Using animal models of neurodevelopmental diseases is a cornerstone of the way we as neuroscientists are able to pin down mechanisms by which disease pathologies arise. Thus, I was thrilled to listen to the excellent talks given at the “Animal models of neurodevelopmental disease” nanosymposium on Sunday morning. Chaired by Melissa Bauman and co-chaired by Debra Bangasser, the talks spanned across a variety of disease models. Below I highlight two talks in particular!

Zika virus: neurodegeneration in the brain and spinal cord of mouse CNS

Zika virus is a human teratogen that has resulted in one of the most critical emergency responses tackled by the CDC. Pregnant women with the infection have a high risk of fetal abnormalities called Congenital Zika Syndrome. Some of the symptoms of this condition include microcephaly, calcifications, reduced spinal cord volume, epileptic seizures, and hemorrhage of the parenchyma. But what are the neuropathological consequences of Zika infection? Kevin Noguchi and his colleagues from Washington University at St. Louis investigated this question using a mouse model.

In the study, neonatal mouse pups were inoculated with Zika virus and sacrificed two weeks later, revealing various neuropathologies similar to those seen in human offsprings. Using histological techniques, Noguchi found two main types of neurodegeneration: excitotoxicity and apoptosis. Excitotoxicity related neurodegeneration was observed in multiple brain regions including the cerebellum, cortex, hippocampus, and the striatum. Similarly, apoptotic degeneration was also observed in these regions, although to a lesser extent. In addition, apoptotic activity was seen in the funicular as well as focal degeneration in the axons within the corticospinal tract.

Fig 1. Placental pathology in Zika-infected dams is associated with severe pathology in the fetus [1]

It was previously known that the Zika virus affects neural progenitor cells, which are naturally eliminated over time. These outcomes indicate persistent overstimulation after Zika infection and are valuable because they suggest that the devastating consequences of the viral infection persist far along the gestational period. Such intensive effort across the global scientific community will hopefully result in rapid development, characterization, and use of animal models for the study of Zika virus biology and effects.

"Skinny" and “Branchy”: Altered dendritic morphology in the dlPFC after maternal immune activation

Scientific research within the last decade has provided evidence to suggest that maternal infection during pregnancy increases the risk for formation of psychiatric disorders in the child.
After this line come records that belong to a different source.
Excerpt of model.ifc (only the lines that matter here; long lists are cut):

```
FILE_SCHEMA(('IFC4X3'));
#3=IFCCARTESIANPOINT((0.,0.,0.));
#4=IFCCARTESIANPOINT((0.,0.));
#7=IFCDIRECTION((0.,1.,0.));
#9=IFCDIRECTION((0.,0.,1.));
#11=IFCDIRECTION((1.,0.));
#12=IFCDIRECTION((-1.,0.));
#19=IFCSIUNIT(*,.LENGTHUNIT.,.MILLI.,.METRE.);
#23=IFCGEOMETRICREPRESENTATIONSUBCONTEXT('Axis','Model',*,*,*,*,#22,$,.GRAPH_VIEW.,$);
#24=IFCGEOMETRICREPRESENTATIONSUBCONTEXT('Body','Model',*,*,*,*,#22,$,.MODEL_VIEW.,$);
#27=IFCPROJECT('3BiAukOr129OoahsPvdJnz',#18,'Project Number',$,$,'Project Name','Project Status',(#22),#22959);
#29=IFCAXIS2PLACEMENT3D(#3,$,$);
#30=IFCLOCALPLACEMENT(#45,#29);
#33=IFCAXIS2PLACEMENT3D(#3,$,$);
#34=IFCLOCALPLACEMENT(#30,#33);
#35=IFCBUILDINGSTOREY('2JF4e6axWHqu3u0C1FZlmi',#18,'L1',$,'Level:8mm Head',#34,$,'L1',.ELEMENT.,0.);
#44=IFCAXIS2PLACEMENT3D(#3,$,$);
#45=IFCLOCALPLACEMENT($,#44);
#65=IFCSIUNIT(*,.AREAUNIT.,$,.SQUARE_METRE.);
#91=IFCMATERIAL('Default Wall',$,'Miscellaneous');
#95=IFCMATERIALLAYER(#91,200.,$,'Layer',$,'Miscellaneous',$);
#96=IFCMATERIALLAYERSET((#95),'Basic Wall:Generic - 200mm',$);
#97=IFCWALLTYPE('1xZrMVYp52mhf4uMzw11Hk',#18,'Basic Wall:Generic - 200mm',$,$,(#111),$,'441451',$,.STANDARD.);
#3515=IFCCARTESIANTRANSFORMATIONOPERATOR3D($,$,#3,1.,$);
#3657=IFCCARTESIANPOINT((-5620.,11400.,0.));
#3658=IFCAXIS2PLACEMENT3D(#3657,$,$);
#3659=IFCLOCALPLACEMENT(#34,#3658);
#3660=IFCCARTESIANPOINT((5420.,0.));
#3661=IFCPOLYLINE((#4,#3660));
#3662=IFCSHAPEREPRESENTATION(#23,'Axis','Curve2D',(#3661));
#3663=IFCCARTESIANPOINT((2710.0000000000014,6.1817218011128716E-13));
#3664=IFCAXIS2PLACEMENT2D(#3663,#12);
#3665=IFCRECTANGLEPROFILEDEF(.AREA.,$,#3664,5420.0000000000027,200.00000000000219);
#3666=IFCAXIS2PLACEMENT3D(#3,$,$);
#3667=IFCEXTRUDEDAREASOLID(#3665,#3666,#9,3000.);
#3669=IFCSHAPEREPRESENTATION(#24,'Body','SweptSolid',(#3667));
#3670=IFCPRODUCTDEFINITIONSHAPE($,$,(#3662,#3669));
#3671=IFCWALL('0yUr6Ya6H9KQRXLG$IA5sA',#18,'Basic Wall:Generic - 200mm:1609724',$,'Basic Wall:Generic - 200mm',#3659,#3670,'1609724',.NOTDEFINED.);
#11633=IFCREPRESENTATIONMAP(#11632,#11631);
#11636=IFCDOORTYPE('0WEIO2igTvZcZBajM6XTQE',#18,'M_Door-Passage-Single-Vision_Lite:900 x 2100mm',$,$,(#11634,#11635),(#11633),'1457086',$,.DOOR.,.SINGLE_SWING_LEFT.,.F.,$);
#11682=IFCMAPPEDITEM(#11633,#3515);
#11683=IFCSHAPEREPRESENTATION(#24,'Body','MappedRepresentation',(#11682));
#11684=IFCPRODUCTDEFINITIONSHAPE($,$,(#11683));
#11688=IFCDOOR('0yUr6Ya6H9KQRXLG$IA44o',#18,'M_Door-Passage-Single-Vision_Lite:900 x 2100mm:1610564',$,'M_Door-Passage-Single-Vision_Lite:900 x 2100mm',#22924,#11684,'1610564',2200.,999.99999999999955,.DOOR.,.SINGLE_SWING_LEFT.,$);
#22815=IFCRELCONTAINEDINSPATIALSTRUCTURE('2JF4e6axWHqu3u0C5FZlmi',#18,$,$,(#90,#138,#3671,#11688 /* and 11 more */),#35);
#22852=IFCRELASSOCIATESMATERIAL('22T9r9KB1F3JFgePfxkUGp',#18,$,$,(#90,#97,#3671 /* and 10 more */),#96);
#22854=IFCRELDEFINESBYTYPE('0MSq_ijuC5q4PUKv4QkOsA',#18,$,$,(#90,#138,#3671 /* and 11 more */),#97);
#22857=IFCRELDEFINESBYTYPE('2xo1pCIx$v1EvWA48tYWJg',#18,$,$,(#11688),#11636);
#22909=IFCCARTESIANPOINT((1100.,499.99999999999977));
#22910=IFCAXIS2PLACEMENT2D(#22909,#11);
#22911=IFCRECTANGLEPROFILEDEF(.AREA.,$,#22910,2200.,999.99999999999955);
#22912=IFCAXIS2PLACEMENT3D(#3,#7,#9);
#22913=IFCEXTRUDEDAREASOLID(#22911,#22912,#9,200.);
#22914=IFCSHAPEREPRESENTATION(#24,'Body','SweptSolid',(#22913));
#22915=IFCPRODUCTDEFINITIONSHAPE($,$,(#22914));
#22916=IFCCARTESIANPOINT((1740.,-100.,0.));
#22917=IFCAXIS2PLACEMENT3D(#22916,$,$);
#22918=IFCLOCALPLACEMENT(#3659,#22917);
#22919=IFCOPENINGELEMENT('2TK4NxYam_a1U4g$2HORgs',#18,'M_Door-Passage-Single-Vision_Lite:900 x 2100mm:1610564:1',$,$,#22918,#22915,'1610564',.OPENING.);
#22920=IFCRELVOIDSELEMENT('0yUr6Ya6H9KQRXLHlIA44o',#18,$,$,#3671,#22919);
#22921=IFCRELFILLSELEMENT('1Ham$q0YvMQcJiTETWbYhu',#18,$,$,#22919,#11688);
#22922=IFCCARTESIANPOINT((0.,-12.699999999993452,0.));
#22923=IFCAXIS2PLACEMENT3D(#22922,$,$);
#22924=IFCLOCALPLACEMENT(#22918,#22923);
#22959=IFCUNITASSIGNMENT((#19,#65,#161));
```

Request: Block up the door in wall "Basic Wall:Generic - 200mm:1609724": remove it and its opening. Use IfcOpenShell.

```python
import ifcopenshell
import ifcopenshell.api.feature
import ifcopenshell.api.root
import ifcopenshell.geom
import ifcopenshell.util.shape

model = ifcopenshell.open("model.ifc")
settings = ifcopenshell.geom.settings()


def volume(element):
    """Net volume in cubic metres, openings subtracted."""
    shape = ifcopenshell.geom.create_shape(settings, element)
    return ifcopenshell.util.shape.get_volume(shape.geometry)


door = model.by_guid("0yUr6Ya6H9KQRXLG$IA44o")
opening = door.FillsVoids[0].RelatingOpeningElement
wall = opening.VoidsElements[0].RelatingBuildingElement
before = volume(wall)

ifcopenshell.api.root.remove_product(model, product=door)
ifcopenshell.api.feature.remove_feature(model, feature=opening)

after = volume(wall)

print(f"wall volume {before:.3f} -> {after:.3f} m3")

model.write("model-out.ifc")
```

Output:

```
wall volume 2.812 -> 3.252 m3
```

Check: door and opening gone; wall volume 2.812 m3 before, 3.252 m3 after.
For example, pregnant women with gestational exposure to influenza, other infections, and elevated levels of specific pro-inflammatory cytokines are associated with an increased risk of their child forming schizophrenia later in life. Animal models have established that the maternal immune response could be the key link between maternal infection and alterations in fetal brain development. Nevertheless, much of the mechanism by which this occurs remains unknown.

Dr. Cynthia Schumann (happy birthday!) from the UC Davis MIND Institute gave an excellent talk titled “Altered dendritic morphology in the dorsolateral prefrontal cortex of non-human primates prenatally exposed to maternal immune activation,” in the the nanosymposium on animal models of neurodevelopmental disease, elucidating some of the plausible ways by which maternal immune activation (MIA) could cause the deleterious effects on the growing fetus.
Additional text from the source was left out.